By Peter B. de Selding - August 5, 2010
PONTE VEDRA, Fla. — Satellite fleet operator Telesat on Aug. 5 said the recent change in Canada’s regulations governing telecommunications providers means Telesat is now eligible for purchase by a non-Canadian entity.
In a conference call with investors, Telesat Chief Executive Daniel S. Goldberg said the regulatory reform that took effect in July requires no further modification. Ottawa-based Telesat, he said, may now be purchased by any non-Canadian entity so long as the acquisition meets the “net benefit” criteria established by Industry Canada, the nation’s regulatory authority.
Goldberg said the law appears similar to rules established in the United States and applied by the Federal Communications Commission.
Telesat is the world’s fourth-largest fixed satellite services fleet operator. Canada’s PSP Investments, a pension fund, has a minority economic interest in the company but majority voting rights. New York-based Loral Space and Communications owns a 64 percent economic interest but only a 33.3 percent voting stake in the company, in keeping with former limits on foreign ownership of Canadian satellite operators.

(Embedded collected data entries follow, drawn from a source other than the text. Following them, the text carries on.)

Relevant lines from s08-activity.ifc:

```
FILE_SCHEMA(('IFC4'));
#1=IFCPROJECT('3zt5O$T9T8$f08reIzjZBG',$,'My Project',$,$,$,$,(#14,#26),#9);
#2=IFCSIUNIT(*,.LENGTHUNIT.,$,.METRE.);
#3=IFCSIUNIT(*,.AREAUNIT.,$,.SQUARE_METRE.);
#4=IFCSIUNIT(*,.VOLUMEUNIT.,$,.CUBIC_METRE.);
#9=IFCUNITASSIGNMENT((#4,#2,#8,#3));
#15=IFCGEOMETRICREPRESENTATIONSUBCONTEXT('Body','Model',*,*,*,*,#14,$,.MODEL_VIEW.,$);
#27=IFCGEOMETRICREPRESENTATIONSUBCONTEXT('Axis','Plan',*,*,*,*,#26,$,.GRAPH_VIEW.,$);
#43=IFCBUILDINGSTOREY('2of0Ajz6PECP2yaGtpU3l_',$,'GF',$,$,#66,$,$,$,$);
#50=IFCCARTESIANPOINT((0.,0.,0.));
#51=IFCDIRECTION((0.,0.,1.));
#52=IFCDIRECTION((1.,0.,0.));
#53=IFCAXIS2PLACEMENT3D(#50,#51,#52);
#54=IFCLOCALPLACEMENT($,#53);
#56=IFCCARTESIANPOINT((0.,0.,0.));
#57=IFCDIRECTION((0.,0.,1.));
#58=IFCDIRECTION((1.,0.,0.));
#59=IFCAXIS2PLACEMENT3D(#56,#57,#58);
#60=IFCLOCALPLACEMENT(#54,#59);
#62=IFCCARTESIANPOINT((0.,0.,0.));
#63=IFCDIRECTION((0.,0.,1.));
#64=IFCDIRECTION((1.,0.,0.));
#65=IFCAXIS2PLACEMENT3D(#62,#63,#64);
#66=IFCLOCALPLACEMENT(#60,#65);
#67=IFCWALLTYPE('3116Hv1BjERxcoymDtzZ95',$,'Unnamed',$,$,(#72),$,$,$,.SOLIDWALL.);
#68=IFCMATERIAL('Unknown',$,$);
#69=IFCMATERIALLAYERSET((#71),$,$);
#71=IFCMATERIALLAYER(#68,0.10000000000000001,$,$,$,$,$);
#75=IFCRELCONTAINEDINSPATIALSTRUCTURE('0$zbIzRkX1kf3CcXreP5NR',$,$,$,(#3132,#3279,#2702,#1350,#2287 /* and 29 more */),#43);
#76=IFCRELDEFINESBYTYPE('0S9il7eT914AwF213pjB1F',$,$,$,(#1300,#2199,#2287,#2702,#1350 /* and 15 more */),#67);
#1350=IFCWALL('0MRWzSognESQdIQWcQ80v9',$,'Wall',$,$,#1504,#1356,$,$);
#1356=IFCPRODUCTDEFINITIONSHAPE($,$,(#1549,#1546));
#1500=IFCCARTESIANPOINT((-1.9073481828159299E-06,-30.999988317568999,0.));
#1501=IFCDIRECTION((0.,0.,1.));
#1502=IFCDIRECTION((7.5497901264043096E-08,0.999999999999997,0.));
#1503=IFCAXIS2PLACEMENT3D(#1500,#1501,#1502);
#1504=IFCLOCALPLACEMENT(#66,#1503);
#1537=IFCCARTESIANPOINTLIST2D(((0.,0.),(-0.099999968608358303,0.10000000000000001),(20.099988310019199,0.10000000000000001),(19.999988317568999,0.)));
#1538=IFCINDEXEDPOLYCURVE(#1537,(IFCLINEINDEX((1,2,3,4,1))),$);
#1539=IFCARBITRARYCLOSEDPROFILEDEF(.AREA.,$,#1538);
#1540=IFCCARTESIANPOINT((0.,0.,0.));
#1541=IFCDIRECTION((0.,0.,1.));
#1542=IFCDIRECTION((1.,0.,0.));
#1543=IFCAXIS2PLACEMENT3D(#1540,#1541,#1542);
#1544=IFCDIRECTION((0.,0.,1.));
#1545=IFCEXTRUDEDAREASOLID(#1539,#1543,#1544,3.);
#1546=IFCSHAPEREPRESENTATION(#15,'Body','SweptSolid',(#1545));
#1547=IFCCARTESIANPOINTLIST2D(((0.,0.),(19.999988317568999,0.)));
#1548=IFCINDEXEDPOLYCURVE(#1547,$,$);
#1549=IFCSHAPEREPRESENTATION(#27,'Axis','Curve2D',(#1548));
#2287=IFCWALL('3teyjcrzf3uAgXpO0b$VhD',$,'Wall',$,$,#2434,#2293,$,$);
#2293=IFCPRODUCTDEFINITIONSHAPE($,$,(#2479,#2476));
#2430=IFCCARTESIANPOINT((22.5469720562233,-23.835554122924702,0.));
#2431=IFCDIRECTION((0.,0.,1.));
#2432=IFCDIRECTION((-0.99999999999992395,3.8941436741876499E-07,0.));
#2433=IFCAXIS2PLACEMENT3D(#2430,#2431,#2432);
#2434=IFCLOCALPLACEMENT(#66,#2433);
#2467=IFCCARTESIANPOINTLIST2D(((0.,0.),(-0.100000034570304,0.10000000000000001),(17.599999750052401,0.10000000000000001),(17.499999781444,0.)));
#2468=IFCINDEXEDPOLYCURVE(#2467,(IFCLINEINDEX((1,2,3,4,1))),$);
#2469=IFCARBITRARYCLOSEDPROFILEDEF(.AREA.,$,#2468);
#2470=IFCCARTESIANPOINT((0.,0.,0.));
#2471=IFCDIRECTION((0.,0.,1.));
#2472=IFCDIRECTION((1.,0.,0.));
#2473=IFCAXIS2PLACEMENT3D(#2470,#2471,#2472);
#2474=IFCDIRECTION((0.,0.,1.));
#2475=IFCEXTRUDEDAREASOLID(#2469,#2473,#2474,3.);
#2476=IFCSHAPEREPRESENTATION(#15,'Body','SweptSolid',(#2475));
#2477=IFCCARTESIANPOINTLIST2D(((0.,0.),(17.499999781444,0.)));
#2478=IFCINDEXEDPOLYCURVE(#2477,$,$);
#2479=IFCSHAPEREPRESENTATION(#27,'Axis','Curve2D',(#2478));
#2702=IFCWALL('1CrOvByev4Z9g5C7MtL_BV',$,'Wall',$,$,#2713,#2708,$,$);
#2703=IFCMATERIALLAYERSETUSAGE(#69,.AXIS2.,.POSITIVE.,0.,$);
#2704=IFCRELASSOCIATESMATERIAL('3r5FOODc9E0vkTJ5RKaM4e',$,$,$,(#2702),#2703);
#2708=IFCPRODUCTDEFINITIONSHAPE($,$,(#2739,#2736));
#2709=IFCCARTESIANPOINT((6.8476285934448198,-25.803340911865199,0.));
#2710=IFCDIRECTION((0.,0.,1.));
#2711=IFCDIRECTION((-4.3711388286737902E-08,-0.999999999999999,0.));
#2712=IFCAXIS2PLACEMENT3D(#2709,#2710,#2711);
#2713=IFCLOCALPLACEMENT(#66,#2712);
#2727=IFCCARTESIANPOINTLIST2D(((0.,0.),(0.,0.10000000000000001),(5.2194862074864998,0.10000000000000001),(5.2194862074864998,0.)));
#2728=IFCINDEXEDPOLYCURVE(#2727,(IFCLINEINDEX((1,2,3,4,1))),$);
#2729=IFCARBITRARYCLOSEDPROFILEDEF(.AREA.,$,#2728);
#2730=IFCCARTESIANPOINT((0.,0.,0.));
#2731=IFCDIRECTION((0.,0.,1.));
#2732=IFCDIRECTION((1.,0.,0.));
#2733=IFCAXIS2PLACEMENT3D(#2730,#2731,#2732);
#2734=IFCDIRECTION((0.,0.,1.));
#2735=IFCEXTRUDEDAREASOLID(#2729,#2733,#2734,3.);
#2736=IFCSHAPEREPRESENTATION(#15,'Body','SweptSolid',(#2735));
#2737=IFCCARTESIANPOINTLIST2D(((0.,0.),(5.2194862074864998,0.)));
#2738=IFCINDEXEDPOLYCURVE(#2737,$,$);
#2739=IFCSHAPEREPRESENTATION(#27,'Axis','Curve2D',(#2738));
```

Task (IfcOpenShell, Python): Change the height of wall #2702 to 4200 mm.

```python
import ifcopenshell
import ifcopenshell.geom
import ifcopenshell.util.representation
import ifcopenshell.util.shape

model = ifcopenshell.open("s08-activity.ifc")
settings = ifcopenshell.geom.settings()


def volume(element):
    """Net volume in cubic metres, openings subtracted."""
    shape = ifcopenshell.geom.create_shape(settings, element)
    return ifcopenshell.util.shape.get_volume(shape.geometry)


wall = model.by_guid("1CrOvByev4Z9g5C7MtL_BV")
before = volume(wall)

body = ifcopenshell.util.representation.get_representation(wall, "Model", "Body")
solid = body.Items[0]
old_height = solid.Depth
solid.Depth = 4.2
after = volume(wall)

print(f"height {old_height:g} -> {solid.Depth:g}, volume {before:.3f} -> {after:.3f} m3")

model.write("s08-activity-out.ifc")
```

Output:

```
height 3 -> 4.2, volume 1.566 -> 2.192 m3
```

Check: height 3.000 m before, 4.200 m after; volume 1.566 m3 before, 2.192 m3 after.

With the regulatory restrictions now removed, Telesat is an eligible acquisition target. Satellite fleet operator SES of Luxembourg has suggested it may be interested, and industry officials have said Paris-based Eutelsat is also a potential buyer. SES and Eutelsat, both cash rich and with little debt, are respectively the world’s second- and third-largest fleet operators when measured by revenue.